### What this task involves
Every line below that has "NOTDEFINED" in it should be copied.
#### Data in this exercise
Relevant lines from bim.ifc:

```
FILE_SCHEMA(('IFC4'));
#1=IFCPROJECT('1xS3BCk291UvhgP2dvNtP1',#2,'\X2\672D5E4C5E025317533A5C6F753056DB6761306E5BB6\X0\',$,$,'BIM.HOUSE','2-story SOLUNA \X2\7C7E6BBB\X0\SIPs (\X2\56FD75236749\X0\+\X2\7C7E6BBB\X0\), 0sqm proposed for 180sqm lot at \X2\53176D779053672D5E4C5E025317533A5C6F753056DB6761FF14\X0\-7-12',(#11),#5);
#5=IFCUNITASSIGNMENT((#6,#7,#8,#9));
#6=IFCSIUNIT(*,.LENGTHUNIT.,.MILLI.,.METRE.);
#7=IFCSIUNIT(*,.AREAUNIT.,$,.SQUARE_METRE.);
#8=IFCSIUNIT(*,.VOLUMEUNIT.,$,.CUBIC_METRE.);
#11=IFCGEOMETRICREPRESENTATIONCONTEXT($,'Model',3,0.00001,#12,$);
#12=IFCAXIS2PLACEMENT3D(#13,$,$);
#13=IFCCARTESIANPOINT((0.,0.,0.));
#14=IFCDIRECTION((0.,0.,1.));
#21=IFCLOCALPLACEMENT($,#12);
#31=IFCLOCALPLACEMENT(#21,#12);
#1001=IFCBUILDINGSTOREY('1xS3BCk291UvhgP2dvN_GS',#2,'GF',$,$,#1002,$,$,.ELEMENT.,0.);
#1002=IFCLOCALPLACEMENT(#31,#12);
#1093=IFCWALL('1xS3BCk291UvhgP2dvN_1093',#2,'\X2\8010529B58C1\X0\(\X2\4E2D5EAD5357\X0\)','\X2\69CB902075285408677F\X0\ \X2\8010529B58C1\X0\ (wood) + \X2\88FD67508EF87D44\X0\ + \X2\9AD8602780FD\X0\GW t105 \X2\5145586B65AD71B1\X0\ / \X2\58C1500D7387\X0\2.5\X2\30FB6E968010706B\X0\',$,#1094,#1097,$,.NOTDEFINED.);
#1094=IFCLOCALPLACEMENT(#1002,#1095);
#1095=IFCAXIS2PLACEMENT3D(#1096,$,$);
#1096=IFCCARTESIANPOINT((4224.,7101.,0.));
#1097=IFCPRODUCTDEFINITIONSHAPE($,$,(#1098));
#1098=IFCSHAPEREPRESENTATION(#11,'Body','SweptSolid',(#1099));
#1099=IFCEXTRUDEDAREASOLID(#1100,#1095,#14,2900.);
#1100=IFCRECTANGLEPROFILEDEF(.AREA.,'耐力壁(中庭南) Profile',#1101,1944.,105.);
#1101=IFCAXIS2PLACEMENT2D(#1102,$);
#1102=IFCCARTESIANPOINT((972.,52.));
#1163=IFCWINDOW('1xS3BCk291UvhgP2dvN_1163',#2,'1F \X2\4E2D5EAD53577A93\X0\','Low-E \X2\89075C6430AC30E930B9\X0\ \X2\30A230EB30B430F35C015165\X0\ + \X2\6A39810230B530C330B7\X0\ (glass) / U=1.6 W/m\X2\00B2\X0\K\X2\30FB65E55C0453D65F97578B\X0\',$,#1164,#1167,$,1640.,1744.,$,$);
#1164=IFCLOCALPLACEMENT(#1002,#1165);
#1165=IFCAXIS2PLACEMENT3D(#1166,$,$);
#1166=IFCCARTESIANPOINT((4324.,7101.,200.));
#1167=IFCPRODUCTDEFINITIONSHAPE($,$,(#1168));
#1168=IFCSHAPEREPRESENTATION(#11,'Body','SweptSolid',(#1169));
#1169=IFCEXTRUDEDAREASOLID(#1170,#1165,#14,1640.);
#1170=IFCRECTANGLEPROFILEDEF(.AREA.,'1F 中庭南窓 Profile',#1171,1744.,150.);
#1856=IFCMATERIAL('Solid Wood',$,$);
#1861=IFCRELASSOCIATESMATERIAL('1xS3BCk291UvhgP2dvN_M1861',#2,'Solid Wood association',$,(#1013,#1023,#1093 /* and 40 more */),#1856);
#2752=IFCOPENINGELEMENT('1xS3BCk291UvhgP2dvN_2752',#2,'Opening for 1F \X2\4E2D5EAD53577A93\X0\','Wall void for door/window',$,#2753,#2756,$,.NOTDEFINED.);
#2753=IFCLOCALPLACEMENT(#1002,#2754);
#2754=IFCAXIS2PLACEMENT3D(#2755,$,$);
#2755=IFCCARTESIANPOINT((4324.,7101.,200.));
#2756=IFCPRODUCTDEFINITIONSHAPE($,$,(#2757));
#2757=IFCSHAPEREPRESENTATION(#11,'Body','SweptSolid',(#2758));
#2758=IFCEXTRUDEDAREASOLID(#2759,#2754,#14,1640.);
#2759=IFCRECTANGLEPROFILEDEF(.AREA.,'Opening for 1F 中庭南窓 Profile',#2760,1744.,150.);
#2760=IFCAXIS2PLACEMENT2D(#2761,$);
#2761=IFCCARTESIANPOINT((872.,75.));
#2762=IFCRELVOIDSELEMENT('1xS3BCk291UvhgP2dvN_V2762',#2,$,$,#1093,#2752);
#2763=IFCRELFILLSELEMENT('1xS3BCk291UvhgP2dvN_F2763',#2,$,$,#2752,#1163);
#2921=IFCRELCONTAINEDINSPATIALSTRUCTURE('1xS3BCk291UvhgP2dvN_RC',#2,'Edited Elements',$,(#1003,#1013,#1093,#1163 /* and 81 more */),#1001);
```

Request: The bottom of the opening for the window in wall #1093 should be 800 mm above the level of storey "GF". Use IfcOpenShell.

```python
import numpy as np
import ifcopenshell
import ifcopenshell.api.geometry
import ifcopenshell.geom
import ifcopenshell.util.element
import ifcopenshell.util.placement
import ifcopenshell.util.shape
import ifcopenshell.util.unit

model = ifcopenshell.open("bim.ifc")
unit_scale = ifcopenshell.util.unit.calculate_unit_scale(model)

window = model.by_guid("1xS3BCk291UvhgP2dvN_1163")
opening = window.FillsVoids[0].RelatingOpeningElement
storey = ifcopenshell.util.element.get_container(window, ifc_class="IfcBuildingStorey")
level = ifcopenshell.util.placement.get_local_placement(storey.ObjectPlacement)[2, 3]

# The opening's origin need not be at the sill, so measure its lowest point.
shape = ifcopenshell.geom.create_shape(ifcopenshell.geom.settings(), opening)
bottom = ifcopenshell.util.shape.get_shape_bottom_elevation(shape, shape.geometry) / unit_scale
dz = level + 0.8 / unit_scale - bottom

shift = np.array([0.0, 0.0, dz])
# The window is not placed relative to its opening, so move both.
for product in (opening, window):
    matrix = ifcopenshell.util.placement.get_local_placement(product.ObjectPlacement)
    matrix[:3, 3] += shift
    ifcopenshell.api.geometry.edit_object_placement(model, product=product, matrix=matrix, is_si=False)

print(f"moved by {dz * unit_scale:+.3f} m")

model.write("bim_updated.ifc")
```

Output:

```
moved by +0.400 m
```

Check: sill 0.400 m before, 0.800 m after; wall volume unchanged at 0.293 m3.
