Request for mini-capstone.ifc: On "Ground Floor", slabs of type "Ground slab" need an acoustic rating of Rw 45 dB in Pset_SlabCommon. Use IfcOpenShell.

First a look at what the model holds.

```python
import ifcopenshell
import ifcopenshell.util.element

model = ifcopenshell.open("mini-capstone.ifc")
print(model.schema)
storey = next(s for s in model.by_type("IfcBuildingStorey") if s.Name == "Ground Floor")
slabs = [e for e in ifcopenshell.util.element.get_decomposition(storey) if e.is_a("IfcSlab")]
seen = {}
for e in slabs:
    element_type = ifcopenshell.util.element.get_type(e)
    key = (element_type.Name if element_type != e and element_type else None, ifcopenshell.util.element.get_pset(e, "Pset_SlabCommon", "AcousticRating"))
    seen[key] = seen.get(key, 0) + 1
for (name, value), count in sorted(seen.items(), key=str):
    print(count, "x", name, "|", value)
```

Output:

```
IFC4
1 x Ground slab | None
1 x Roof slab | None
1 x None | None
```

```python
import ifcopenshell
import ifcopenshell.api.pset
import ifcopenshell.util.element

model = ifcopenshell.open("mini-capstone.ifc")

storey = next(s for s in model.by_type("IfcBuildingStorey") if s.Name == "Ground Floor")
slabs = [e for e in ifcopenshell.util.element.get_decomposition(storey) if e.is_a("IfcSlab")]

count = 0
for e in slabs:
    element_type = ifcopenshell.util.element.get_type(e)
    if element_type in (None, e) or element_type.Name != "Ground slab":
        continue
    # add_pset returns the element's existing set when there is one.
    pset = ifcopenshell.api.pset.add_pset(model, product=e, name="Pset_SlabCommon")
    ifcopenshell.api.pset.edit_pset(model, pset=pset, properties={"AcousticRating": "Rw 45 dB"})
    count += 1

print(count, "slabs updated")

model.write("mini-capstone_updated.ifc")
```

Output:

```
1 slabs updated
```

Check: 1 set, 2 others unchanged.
########
### Problem solution
#1093=IFCWALL('1xS3BCk291UvhgP2dvN_1093',#2,'\X2\8010529B58C1\X0\(\X2\4E2D5EAD5357\X0\)','\X2\69CB902075285408677F\X0\ \X2\8010529B58C1\X0\ (wood) + \X2\88FD67508EF87D44\X0\ + \X2\9AD8602780FD\X0\GW t105 \X2\5145586B65AD71B1\X0\ / \X2\58C1500D7387\X0\2.5\X2\30FB6E968010706B\X0\',$,#1094,#1097,$,.NOTDEFINED.);
#2752=IFCOPENINGELEMENT('1xS3BCk291UvhgP2dvN_2752',#2,'Opening for 1F \X2\4E2D5EAD53577A93\X0\','Wall void for door/window',$,#2753,#2756,$,.NOTDEFINED.);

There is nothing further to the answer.